A cena aconteceu na entrada da 14ª Delegacia de Polícia (DP), no Leblon. Um policial militar queria comunicar um flagrante e deparou com uma moça bem vestida, de salto alto, com longos cabelos louros, próxima à porta. "Tenho de falar com o delegado", disse. "Pois não", respondeu ela. "Preciso falar com o delegado", insistiu. "Sou eu", repetiu ela. "Ah, não imaginava, doutora!", desculpou-se o PM. Episódios como esse são comuns na rotina de pessoas como Renata Montenegro, 29 anos, integrante da turma de novos delegados que, neste mês, completa um ano na Polícia Civil do Rio de Janeiro. Com idade entre 26 e 40 anos, eles se destacaram em um concurso disputadíssimo e desde então arriscam a vida para combater o crime na cidade e sonham em mudar a imagem da corporação. Dos 9 216 bacharéis em direito inscritos no último concurso, só 64 foram aprovados (44 homens e vinte mulheres), embora houvesse 100 vagas. Para se ter uma noção da dificuldade, a relação de candidatos por vaga – 92,1 – foi bem acima dos 27,1 que o curso de medicina da UFRJ, o mais concorrido da instituição, teve no último vestibular.
Treinos com fuzis e curso de rapel
Formada em direito pela Universidade Cândido Mendes, a delegada assistente da 9ª DP (Catete), Daniela Rebelo, 32 anos, sempre quis ser policial. Em um de seus plantões na delegacia do Leblon, onde já trabalhou, precisou pular o balcão para render um suspeito que se aproveitara do descuido de um policial e tentava lhe roubar a arma. Em outra ocasião, impediu que um preso se enforcasse na cela da delegacia. Treina tiros com fuzis M-16 regularmente e já fez um curso de rapel oferecido pela Acadepol.
A carreira dos aprovados começa com o cargo de delegado adjunto, que significa plantões de 24 horas seguidos por 72 horas de folga. "É nosso lugar mais importante, nossa porta de entrada", destaca o recém-empossado chefe da Polícia Civil, Allan Turnowski. "Eles chegam com ímpeto, preparados juridicamente, e recebem a população como gostariam de ser tratados." Ali deparam com problemas sociais corriqueiros, mas também com verdadeiras barbáries. "É impossível ser a mesma pessoa depois de um ano de polícia", descobriu Renata Montenegro.
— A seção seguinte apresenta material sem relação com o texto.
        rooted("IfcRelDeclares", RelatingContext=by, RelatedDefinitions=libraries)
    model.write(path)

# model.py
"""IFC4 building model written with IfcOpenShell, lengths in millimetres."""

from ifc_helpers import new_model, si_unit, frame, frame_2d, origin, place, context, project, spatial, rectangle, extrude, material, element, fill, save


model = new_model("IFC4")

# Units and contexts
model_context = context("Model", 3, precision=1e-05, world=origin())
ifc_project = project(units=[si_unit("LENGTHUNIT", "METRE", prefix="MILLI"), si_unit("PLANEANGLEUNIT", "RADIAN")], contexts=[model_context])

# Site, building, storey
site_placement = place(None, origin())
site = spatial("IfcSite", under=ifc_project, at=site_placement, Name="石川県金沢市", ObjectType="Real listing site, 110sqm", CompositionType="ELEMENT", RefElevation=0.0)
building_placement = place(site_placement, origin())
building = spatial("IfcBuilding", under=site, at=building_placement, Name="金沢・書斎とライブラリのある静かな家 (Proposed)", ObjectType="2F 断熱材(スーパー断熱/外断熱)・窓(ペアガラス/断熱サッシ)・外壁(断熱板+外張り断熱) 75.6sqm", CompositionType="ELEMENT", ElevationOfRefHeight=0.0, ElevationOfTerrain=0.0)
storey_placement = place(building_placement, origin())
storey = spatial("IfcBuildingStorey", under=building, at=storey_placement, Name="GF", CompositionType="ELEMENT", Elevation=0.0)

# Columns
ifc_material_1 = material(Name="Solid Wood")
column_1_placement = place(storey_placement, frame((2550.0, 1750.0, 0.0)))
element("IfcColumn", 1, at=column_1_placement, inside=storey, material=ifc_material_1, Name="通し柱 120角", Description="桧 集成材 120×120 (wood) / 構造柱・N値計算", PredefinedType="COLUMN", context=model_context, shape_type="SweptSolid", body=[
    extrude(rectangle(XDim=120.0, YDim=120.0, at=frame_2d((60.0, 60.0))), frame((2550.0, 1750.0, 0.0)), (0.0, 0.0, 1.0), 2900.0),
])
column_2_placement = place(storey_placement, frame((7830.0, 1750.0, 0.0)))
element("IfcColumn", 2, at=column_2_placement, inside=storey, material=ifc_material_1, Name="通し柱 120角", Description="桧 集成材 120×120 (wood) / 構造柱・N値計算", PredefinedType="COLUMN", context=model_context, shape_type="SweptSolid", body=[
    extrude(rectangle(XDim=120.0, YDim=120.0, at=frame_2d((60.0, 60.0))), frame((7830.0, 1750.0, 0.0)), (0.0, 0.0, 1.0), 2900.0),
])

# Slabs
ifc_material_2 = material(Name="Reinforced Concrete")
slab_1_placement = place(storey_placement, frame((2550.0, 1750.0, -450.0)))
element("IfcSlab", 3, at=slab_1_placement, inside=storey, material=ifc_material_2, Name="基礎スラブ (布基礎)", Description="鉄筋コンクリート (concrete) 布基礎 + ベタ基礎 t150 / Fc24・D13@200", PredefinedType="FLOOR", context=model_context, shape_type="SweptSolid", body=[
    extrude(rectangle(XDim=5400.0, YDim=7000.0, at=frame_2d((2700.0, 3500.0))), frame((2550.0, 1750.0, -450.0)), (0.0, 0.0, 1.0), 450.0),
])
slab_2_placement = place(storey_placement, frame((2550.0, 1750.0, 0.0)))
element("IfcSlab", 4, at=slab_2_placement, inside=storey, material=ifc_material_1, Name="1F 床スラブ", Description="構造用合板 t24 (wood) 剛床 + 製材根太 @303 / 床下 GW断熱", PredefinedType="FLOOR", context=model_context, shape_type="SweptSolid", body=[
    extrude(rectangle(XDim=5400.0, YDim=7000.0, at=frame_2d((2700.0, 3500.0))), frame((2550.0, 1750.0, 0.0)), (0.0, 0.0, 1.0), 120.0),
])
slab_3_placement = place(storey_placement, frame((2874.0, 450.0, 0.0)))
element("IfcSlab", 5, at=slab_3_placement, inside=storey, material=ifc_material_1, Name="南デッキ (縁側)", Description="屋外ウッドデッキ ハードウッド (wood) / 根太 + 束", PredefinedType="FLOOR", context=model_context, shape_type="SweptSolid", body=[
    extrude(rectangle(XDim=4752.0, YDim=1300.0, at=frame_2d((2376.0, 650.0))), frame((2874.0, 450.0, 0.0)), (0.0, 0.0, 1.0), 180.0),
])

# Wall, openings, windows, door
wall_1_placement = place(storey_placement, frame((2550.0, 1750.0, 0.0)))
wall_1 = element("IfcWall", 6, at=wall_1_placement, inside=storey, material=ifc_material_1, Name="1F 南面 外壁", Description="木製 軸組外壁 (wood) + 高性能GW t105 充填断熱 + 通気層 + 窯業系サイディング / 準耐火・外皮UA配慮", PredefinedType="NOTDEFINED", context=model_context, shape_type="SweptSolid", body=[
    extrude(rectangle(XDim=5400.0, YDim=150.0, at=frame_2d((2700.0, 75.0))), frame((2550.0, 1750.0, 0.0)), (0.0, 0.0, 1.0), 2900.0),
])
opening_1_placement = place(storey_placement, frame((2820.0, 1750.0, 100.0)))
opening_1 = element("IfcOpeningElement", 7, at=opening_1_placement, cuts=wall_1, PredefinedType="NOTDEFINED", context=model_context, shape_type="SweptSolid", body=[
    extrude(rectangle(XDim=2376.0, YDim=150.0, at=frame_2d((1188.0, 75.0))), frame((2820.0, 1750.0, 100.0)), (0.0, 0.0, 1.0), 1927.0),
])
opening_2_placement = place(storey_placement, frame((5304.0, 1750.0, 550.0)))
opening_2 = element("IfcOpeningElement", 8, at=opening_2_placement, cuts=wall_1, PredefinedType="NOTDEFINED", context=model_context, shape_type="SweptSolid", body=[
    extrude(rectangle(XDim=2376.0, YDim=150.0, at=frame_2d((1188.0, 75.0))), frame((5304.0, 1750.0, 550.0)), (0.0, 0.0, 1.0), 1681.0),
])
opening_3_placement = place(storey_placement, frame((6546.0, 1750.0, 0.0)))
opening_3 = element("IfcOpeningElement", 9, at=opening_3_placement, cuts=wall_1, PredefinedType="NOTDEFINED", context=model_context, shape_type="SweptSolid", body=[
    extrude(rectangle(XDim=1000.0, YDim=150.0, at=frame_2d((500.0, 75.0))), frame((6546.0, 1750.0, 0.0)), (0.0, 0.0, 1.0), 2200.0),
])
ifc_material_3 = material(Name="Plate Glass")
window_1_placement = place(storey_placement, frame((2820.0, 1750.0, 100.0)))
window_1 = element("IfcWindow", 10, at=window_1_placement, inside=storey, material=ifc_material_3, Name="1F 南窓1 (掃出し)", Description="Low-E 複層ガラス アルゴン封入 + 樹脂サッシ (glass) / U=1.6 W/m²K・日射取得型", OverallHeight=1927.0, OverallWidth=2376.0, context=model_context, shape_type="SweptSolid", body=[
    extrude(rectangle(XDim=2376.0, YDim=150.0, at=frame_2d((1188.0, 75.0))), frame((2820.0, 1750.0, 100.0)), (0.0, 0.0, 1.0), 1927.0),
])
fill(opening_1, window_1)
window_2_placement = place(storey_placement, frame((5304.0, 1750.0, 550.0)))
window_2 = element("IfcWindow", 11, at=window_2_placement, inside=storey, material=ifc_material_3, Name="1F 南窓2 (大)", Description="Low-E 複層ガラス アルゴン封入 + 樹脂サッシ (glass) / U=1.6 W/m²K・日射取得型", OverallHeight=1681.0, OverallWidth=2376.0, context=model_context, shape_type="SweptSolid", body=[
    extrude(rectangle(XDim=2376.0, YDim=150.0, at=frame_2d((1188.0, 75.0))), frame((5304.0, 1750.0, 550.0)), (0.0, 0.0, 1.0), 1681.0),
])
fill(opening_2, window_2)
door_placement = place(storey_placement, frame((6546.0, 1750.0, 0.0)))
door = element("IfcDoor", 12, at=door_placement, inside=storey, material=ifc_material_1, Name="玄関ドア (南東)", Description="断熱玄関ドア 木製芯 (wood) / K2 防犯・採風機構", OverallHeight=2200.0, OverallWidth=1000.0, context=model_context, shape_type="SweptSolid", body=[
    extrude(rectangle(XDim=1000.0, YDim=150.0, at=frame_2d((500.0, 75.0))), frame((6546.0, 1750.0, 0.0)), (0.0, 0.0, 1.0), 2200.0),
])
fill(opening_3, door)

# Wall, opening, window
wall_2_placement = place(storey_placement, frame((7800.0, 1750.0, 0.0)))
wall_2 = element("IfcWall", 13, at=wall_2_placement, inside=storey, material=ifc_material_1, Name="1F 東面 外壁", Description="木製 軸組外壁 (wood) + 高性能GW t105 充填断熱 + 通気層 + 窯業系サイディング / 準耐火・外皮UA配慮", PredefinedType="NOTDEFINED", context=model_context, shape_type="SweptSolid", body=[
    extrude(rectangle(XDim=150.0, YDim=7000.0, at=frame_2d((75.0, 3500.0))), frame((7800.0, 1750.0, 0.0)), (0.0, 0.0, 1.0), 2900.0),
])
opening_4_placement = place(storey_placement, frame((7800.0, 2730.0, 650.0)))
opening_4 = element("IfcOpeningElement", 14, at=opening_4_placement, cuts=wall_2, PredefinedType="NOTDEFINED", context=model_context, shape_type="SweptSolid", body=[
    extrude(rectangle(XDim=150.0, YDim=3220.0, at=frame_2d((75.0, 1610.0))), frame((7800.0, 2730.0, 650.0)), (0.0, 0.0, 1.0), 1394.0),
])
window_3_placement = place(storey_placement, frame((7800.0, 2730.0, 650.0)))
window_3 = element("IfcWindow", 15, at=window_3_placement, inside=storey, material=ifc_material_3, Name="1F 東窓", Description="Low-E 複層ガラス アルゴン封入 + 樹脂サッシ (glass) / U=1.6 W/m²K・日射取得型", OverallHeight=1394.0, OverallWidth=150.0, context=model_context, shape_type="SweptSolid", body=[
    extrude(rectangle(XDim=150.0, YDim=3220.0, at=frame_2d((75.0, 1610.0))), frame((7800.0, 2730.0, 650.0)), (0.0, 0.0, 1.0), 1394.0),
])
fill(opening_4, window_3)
Em um estado onde em 2008 foram registrados 5 717 homicídios dolosos, os iniciantes passam em cada plantão por novas e inusitadas situações. Logo que começou a trabalhar na 5ª DP (Mem de Sá), sua lotação inicial, Renata foi obrigada a pôr o distintivo no peito e a sair com a pistola PT 940 – arma da corporação – na cintura. Um motoboy acabara de ser morto no Morro Azul, no Flamengo, e a suspeita recaía sobre PMs. Moradores fecharam uma rua e incendiaram carros. "Fui colher informações e precisei enfrentar a população enfurecida", lembra ela, filha de um médico e de uma funcionária pública que até então nunca havia posto os pés numa delegacia.
Das páginas de esporte para as de crimes
O ex-jogador profissional de basquete Marx Carvalho, 40 anos, é hoje delegado adjunto da 35ª DP (Campo Grande), uma região que, além de palco de toda sorte de crimes, é alvo de uma sangrenta guerra entre milícias. "Já deparei com uma vítima atingida por vários disparos de fuzil na cabeça", relata. Há um mês, experimentou a dor de perder um colega de trabalho. Um de seus inspetores foi morto próximo à rodoviária local e a suspeita é que seja mais uma vítima das milícias.
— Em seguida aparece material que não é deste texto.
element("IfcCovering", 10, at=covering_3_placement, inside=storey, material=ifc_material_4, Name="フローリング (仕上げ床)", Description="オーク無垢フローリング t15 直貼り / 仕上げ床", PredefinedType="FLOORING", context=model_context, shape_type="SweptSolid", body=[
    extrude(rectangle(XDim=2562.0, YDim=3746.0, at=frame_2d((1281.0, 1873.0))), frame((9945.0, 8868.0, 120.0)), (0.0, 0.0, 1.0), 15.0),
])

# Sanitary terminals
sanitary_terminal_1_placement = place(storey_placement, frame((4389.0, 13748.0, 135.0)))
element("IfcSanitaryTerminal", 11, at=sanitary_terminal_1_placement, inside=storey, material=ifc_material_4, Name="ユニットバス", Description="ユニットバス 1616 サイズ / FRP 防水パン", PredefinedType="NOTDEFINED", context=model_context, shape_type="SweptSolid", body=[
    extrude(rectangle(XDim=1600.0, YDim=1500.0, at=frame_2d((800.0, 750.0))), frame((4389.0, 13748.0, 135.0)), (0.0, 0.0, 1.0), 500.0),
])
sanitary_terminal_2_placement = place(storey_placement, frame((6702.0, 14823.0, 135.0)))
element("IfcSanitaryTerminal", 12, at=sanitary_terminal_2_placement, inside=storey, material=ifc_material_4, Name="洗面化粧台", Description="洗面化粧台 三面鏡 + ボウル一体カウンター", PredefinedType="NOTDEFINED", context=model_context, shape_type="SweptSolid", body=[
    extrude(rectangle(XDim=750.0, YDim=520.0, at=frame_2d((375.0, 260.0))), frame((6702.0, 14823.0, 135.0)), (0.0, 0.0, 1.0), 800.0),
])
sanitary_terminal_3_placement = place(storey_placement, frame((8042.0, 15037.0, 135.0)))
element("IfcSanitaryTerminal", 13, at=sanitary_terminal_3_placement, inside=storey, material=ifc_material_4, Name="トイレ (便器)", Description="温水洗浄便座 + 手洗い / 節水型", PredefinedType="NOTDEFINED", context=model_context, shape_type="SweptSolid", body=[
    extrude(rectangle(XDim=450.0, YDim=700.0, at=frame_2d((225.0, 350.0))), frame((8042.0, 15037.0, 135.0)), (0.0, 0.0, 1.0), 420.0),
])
Antes de assumirem a função, os aprovados passam quatro meses na Academia de Polícia (Acadepol), onde têm aulas, entre outras disciplinas, de direitos humanos e defesa pessoal. "O enfoque da formação é voltado para a inteligência policial", afirma Sérgio Lomba, que dirigia a Acadepol no período de formação dessa turma. Na Acadepol, aprendem a atirar com revólveres e pistolas, escopetas de calibre 12 e fuzis AR-15 e M-16. Boa parte dos aprovados é de recém-formados que fazem concursos públicos em busca de um emprego estável e bem remunerado. "Apostamos nessa capacidade técnica aliada à vocação, que alguns têm e outros podem adquirir", explica o chefe de polícia. O salário inicial de um delegado é de 7 900 reais. O concurso para promotor do Ministério Público Estadual, com inscrições abertas, oferece para começar uma remuneração de 19 000 reais.
GPS para achar o caminho da DP
Filho de um procurador, Roberto Lizandro, 27 anos, estudava para ser juiz. Fez o concurso para delegado, passou e gostou da ideia de ser policial. Para não se perder a caminho da Baixada Fluminense, para onde foi inicialmente designado, instalou um GPS no carro. Já trocou tiros com traficantes e, em outra ocasião, teve de controlar a revolta de quarenta moradores de uma favela vizinha à 54º DP (Belford Roxo), aglomerados na porta da delegacia após a morte de um morador.Hoje ele é adjunto da 5ª DP (Mem de Sá), cuja jurisdição inclui a outrora perigosíssima região da Lapa.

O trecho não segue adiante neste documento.